:: Required work ::
What is needed is every line of the data that includes the word "contexts". Please copy each one.

:: Dataset entries ::
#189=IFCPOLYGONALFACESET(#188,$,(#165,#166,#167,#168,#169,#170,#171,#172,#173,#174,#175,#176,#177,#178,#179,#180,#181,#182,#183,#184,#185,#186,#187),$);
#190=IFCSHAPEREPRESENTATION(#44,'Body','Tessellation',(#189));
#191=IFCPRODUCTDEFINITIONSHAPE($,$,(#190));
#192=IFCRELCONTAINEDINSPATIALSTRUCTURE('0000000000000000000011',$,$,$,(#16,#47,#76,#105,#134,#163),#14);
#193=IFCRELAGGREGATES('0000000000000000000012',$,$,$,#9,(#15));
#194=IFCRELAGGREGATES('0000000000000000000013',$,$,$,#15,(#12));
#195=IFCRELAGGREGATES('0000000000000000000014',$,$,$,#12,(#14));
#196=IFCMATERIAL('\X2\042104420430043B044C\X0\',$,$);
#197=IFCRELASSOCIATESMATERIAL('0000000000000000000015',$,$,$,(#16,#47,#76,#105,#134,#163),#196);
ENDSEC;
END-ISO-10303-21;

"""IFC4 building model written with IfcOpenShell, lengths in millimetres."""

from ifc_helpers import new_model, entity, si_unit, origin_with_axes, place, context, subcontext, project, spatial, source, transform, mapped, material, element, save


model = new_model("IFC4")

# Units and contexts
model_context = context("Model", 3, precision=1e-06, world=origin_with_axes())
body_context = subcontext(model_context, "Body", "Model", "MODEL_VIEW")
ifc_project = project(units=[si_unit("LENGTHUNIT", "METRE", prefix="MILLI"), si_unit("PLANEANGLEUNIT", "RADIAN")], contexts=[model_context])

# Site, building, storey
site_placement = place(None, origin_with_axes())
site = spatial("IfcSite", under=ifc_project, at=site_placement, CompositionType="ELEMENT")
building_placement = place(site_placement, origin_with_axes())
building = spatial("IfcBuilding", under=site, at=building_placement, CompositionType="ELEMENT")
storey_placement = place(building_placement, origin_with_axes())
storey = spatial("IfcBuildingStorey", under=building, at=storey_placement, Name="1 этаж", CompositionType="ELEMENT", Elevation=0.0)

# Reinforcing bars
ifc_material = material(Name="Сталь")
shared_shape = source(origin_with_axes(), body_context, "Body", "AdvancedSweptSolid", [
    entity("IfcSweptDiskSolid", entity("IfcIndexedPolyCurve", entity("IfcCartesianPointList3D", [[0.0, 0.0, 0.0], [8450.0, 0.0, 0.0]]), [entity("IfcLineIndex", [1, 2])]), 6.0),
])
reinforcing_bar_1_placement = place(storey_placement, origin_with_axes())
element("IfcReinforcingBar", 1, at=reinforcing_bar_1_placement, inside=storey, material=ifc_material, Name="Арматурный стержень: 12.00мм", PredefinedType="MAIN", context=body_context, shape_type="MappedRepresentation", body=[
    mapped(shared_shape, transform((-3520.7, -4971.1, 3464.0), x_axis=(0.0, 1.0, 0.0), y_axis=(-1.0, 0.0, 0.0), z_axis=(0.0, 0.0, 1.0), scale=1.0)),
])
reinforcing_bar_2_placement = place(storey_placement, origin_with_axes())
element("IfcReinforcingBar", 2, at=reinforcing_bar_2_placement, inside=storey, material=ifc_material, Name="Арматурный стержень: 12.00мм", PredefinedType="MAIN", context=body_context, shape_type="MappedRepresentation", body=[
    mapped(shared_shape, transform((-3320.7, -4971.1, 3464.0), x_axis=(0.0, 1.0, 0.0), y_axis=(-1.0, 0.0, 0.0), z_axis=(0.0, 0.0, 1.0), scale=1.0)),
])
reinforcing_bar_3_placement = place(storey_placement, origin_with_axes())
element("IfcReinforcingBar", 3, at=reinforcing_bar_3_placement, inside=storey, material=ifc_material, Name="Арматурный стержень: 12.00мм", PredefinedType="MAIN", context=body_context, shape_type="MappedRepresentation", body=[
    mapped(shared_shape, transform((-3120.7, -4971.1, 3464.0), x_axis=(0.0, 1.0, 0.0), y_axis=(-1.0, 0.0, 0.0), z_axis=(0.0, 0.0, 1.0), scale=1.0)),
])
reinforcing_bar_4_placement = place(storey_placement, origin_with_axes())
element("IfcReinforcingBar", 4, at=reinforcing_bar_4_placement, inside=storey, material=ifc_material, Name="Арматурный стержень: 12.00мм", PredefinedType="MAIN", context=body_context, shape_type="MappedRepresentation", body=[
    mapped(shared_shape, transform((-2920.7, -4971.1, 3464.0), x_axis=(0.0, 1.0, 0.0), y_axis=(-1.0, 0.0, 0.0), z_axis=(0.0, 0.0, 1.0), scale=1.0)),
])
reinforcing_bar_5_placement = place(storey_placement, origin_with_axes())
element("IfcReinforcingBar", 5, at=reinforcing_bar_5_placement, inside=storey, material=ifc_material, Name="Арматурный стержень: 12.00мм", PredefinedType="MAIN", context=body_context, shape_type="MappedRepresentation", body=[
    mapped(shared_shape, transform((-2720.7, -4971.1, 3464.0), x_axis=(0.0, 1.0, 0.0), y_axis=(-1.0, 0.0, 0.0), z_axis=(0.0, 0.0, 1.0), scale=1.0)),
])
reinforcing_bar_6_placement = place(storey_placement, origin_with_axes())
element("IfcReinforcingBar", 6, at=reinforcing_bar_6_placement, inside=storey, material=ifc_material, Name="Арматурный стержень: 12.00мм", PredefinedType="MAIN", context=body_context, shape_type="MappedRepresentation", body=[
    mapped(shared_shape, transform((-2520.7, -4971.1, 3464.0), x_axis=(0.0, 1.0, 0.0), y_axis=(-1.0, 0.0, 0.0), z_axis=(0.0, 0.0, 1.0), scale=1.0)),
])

:: Response box ::
# Units and contexts
ifc_project = project(units=[si_unit("LENGTHUNIT", "METRE", prefix="MILLI"), si_unit("PLANEANGLEUNIT", "RADIAN")], contexts=[model_context])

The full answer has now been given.